HOW TO COMPLETE THIS TASK >> Restating the data word for word is all that is required.
★ ★ ★ ★ ★ ★ ★
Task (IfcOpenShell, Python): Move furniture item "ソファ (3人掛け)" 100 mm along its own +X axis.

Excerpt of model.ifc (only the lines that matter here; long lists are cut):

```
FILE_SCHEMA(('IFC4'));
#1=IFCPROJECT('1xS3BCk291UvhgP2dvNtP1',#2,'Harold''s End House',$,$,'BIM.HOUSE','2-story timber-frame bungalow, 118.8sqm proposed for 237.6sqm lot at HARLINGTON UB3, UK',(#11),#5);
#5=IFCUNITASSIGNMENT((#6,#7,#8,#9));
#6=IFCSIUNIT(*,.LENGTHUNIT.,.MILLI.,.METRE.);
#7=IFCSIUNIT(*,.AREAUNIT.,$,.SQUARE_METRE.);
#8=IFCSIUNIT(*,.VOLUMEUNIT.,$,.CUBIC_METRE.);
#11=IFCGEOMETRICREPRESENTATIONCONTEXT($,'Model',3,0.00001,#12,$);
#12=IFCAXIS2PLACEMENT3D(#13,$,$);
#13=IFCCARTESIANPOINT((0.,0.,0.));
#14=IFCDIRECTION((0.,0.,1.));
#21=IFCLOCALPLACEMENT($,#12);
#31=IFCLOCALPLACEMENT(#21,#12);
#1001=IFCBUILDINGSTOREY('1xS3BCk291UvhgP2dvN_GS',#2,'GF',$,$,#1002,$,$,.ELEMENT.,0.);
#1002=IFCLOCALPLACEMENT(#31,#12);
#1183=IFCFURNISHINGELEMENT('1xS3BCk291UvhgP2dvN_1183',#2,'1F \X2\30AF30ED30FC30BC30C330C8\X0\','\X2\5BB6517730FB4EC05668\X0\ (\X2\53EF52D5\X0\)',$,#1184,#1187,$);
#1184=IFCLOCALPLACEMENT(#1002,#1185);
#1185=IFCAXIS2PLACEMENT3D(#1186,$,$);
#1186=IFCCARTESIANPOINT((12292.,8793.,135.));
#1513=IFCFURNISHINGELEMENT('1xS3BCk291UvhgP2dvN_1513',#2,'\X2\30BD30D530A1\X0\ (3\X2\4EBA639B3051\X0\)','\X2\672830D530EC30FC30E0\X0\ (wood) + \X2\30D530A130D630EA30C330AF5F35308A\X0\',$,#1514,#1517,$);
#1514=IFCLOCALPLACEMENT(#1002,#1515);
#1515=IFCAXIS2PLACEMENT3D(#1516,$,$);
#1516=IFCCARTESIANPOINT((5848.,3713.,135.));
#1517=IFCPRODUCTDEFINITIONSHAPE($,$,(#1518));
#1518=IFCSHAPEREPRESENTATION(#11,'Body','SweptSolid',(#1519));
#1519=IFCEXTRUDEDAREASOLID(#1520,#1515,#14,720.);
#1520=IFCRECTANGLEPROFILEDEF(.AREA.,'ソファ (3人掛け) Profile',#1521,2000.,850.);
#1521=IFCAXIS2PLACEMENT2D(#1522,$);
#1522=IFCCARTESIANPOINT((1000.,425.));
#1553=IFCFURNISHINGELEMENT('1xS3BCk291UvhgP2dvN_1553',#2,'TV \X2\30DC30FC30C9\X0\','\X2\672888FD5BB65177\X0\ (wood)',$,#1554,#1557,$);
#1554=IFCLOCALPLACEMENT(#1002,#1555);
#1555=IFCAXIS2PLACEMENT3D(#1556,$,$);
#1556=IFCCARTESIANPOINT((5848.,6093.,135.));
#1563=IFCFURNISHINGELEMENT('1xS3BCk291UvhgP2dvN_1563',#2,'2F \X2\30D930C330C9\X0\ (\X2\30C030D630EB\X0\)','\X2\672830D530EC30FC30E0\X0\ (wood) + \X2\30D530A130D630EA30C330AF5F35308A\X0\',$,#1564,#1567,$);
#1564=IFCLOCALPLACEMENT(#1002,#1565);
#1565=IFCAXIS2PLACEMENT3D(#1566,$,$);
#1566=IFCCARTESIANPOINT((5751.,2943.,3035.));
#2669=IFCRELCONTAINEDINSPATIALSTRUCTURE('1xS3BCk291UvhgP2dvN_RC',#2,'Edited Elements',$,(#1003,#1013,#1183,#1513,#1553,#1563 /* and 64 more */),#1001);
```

```python
import ifcopenshell
import ifcopenshell.api.geometry
import ifcopenshell.util.placement

model = ifcopenshell.open("model.ifc")

item = model.by_id(1513)
matrix = ifcopenshell.util.placement.get_local_placement(item.ObjectPlacement)
matrix[:3, 3] += matrix[:3, 0] * 100.0
ifcopenshell.api.geometry.edit_object_placement(model, product=item, matrix=matrix, is_si=False)

print(ifcopenshell.util.placement.get_local_placement(item.ObjectPlacement).round(3) + 0.0)

model.write("model_updated.ifc")
```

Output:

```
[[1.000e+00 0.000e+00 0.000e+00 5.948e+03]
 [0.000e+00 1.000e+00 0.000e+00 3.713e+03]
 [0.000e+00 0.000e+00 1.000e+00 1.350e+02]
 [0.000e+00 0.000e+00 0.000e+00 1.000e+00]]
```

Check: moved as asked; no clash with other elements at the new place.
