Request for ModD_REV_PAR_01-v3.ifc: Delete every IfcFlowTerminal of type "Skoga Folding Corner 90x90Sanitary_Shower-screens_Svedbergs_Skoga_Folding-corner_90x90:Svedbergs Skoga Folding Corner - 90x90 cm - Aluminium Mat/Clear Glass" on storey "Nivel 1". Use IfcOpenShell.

First a look at what the model holds.

```python
import ifcopenshell
import ifcopenshell.util.element

model = ifcopenshell.open("ModD_REV_PAR_01-v3.ifc")
print(model.schema)
storey = next(s for s in model.by_type("IfcBuildingStorey") if s.Name == "Nivel 1")
terminals = [e for e in ifcopenshell.util.element.get_decomposition(storey) if e.is_a("IfcFlowTerminal")]
seen = {}
for e in terminals:
    element_type = ifcopenshell.util.element.get_type(e)
    name = element_type.Name if element_type not in (None, e) else None
    seen[name] = seen.get(name, 0) + 1
for name, count in sorted(seen.items(), key=str):
    print(count, "x", name)
```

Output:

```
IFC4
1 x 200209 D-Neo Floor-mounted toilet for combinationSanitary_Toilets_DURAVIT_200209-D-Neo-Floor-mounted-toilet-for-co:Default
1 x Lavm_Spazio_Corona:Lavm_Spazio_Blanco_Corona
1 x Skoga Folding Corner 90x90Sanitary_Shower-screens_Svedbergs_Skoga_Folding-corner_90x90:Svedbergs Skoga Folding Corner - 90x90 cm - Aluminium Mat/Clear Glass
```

```python
import ifcopenshell
import ifcopenshell.api.root
import ifcopenshell.util.element

model = ifcopenshell.open("ModD_REV_PAR_01-v3.ifc")

storey = next(s for s in model.by_type("IfcBuildingStorey") if s.Name == "Nivel 1")
terminals = [e for e in ifcopenshell.util.element.get_decomposition(storey) if e.is_a("IfcFlowTerminal")]
targets = [e for e in terminals if (t := ifcopenshell.util.element.get_type(e)) not in (None, e) and t.Name == "Skoga Folding Corner 90x90Sanitary_Shower-screens_Svedbergs_Skoga_Folding-corner_90x90:Svedbergs Skoga Folding Corner - 90x90 cm - Aluminium Mat/Clear Glass"]

for e in targets:
    ifcopenshell.api.root.remove_product(model, product=e)
print(len(targets), "removed")

model.write("ModD_REV_PAR_01-v3-out.ifc")
```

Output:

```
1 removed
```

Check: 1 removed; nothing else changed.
★ ★ ★ ★ ★ ★ ★
RESULT BELOW >>
Task (IfcOpenShell, Python): Move furniture item "ソファ (3人掛け)" 100 mm along its own +X axis.

Excerpt of model.ifc (only the lines that matter here; long lists are cut):

```
FILE_SCHEMA(('IFC4'));
#1=IFCPROJECT('1xS3BCk291UvhgP2dvNtP1',#2,'Harold''s End House',$,$,'BIM.HOUSE','2-story timber-frame bungalow, 118.8sqm proposed for 237.6sqm lot at HARLINGTON UB3, UK',(#11),#5);
#5=IFCUNITASSIGNMENT((#6,#7,#8,#9));
#6=IFCSIUNIT(*,.LENGTHUNIT.,.MILLI.,.METRE.);
#7=IFCSIUNIT(*,.AREAUNIT.,$,.SQUARE_METRE.);
#8=IFCSIUNIT(*,.VOLUMEUNIT.,$,.CUBIC_METRE.);
#11=IFCGEOMETRICREPRESENTATIONCONTEXT($,'Model',3,0.00001,#12,$);
#12=IFCAXIS2PLACEMENT3D(#13,$,$);
#13=IFCCARTESIANPOINT((0.,0.,0.));
#14=IFCDIRECTION((0.,0.,1.));
#21=IFCLOCALPLACEMENT($,#12);
#31=IFCLOCALPLACEMENT(#21,#12);
#1001=IFCBUILDINGSTOREY('1xS3BCk291UvhgP2dvN_GS',#2,'GF',$,$,#1002,$,$,.ELEMENT.,0.);
#1002=IFCLOCALPLACEMENT(#31,#12);
#1183=IFCFURNISHINGELEMENT('1xS3BCk291UvhgP2dvN_1183',#2,'1F \X2\30AF30ED30FC30BC30C330C8\X0\','\X2\5BB6517730FB4EC05668\X0\ (\X2\53EF52D5\X0\)',$,#1184,#1187,$);
#1184=IFCLOCALPLACEMENT(#1002,#1185);
#1185=IFCAXIS2PLACEMENT3D(#1186,$,$);
#1186=IFCCARTESIANPOINT((12292.,8793.,135.));
#1513=IFCFURNISHINGELEMENT('1xS3BCk291UvhgP2dvN_1513',#2,'\X2\30BD30D530A1\X0\ (3\X2\4EBA639B3051\X0\)','\X2\672830D530EC30FC30E0\X0\ (wood) + \X2\30D530A130D630EA30C330AF5F35308A\X0\',$,#1514,#1517,$);
#1514=IFCLOCALPLACEMENT(#1002,#1515);
#1515=IFCAXIS2PLACEMENT3D(#1516,$,$);
#1516=IFCCARTESIANPOINT((5848.,3713.,135.));
#1517=IFCPRODUCTDEFINITIONSHAPE($,$,(#1518));
#1518=IFCSHAPEREPRESENTATION(#11,'Body','SweptSolid',(#1519));
#1519=IFCEXTRUDEDAREASOLID(#1520,#1515,#14,720.);
#1520=IFCRECTANGLEPROFILEDEF(.AREA.,'ソファ (3人掛け) Profile',#1521,2000.,850.);
#1521=IFCAXIS2PLACEMENT2D(#1522,$);
#1522=IFCCARTESIANPOINT((1000.,425.));
#1553=IFCFURNISHINGELEMENT('1xS3BCk291UvhgP2dvN_1553',#2,'TV \X2\30DC30FC30C9\X0\','\X2\672888FD5BB65177\X0\ (wood)',$,#1554,#1557,$);
#1554=IFCLOCALPLACEMENT(#1002,#1555);
#1555=IFCAXIS2PLACEMENT3D(#1556,$,$);
#1556=IFCCARTESIANPOINT((5848.,6093.,135.));
#1563=IFCFURNISHINGELEMENT('1xS3BCk291UvhgP2dvN_1563',#2,'2F \X2\30D930C330C9\X0\ (\X2\30C030D630EB\X0\)','\X2\672830D530EC30FC30E0\X0\ (wood) + \X2\30D530A130D630EA30C330AF5F35308A\X0\',$,#1564,#1567,$);
#1564=IFCLOCALPLACEMENT(#1002,#1565);
#1565=IFCAXIS2PLACEMENT3D(#1566,$,$);
#1566=IFCCARTESIANPOINT((5751.,2943.,3035.));
#2669=IFCRELCONTAINEDINSPATIALSTRUCTURE('1xS3BCk291UvhgP2dvN_RC',#2,'Edited Elements',$,(#1003,#1013,#1183,#1513,#1553,#1563 /* and 64 more */),#1001);
```

```python
import ifcopenshell
import ifcopenshell.api.geometry
import ifcopenshell.util.placement

model = ifcopenshell.open("model.ifc")

item = model.by_id(1513)
matrix = ifcopenshell.util.placement.get_local_placement(item.ObjectPlacement)
matrix[:3, 3] += matrix[:3, 0] * 100.0
ifcopenshell.api.geometry.edit_object_placement(model, product=item, matrix=matrix, is_si=False)

print(ifcopenshell.util.placement.get_local_placement(item.ObjectPlacement).round(3) + 0.0)

model.write("model_updated.ifc")
```

Output:

```
[[1.000e+00 0.000e+00 0.000e+00 5.948e+03]
 [0.000e+00 1.000e+00 0.000e+00 3.713e+03]
 [0.000e+00 0.000e+00 1.000e+00 1.350e+02]
 [0.000e+00 0.000e+00 0.000e+00 1.000e+00]]
```

Check: moved as asked; no clash with other elements at the new place.
Request for ModD_REV_PAR_01-v3.ifc: Delete every IfcFlowTerminal of type "Skoga Folding Corner 90x90Sanitary_Shower-screens_Svedbergs_Skoga_Folding-corner_90x90:Svedbergs Skoga Folding Corner - 90x90 cm - Aluminium Mat/Clear Glass" on storey "Nivel 1". Use IfcOpenShell.

First a look at what the model holds.

```python
import ifcopenshell
import ifcopenshell.util.element

model = ifcopenshell.open("ModD_REV_PAR_01-v3.ifc")
print(model.schema)
storey = next(s for s in model.by_type("IfcBuildingStorey") if s.Name == "Nivel 1")
terminals = [e for e in ifcopenshell.util.element.get_decomposition(storey) if e.is_a("IfcFlowTerminal")]
seen = {}
for e in terminals:
    element_type = ifcopenshell.util.element.get_type(e)
    name = element_type.Name if element_type not in (None, e) else None
    seen[name] = seen.get(name, 0) + 1
for name, count in sorted(seen.items(), key=str):
    print(count, "x", name)
```

Output:

```
IFC4
1 x 200209 D-Neo Floor-mounted toilet for combinationSanitary_Toilets_DURAVIT_200209-D-Neo-Floor-mounted-toilet-for-co:Default
1 x Lavm_Spazio_Corona:Lavm_Spazio_Blanco_Corona
1 x Skoga Folding Corner 90x90Sanitary_Shower-screens_Svedbergs_Skoga_Folding-corner_90x90:Svedbergs Skoga Folding Corner - 90x90 cm - Aluminium Mat/Clear Glass
```

```python
import ifcopenshell
import ifcopenshell.api.root
import ifcopenshell.util.element

model = ifcopenshell.open("ModD_REV_PAR_01-v3.ifc")

storey = next(s for s in model.by_type("IfcBuildingStorey") if s.Name == "Nivel 1")
terminals = [e for e in ifcopenshell.util.element.get_decomposition(storey) if e.is_a("IfcFlowTerminal")]
targets = [e for e in terminals if (t := ifcopenshell.util.element.get_type(e)) not in (None, e) and t.Name == "Skoga Folding Corner 90x90Sanitary_Shower-screens_Svedbergs_Skoga_Folding-corner_90x90:Svedbergs Skoga Folding Corner - 90x90 cm - Aluminium Mat/Clear Glass"]

for e in targets:
    ifcopenshell.api.root.remove_product(model, product=e)
print(len(targets), "removed")

model.write("ModD_REV_PAR_01-v3-out.ifc")
```

Output:

```
1 removed
```

Check: 1 removed; nothing else changed.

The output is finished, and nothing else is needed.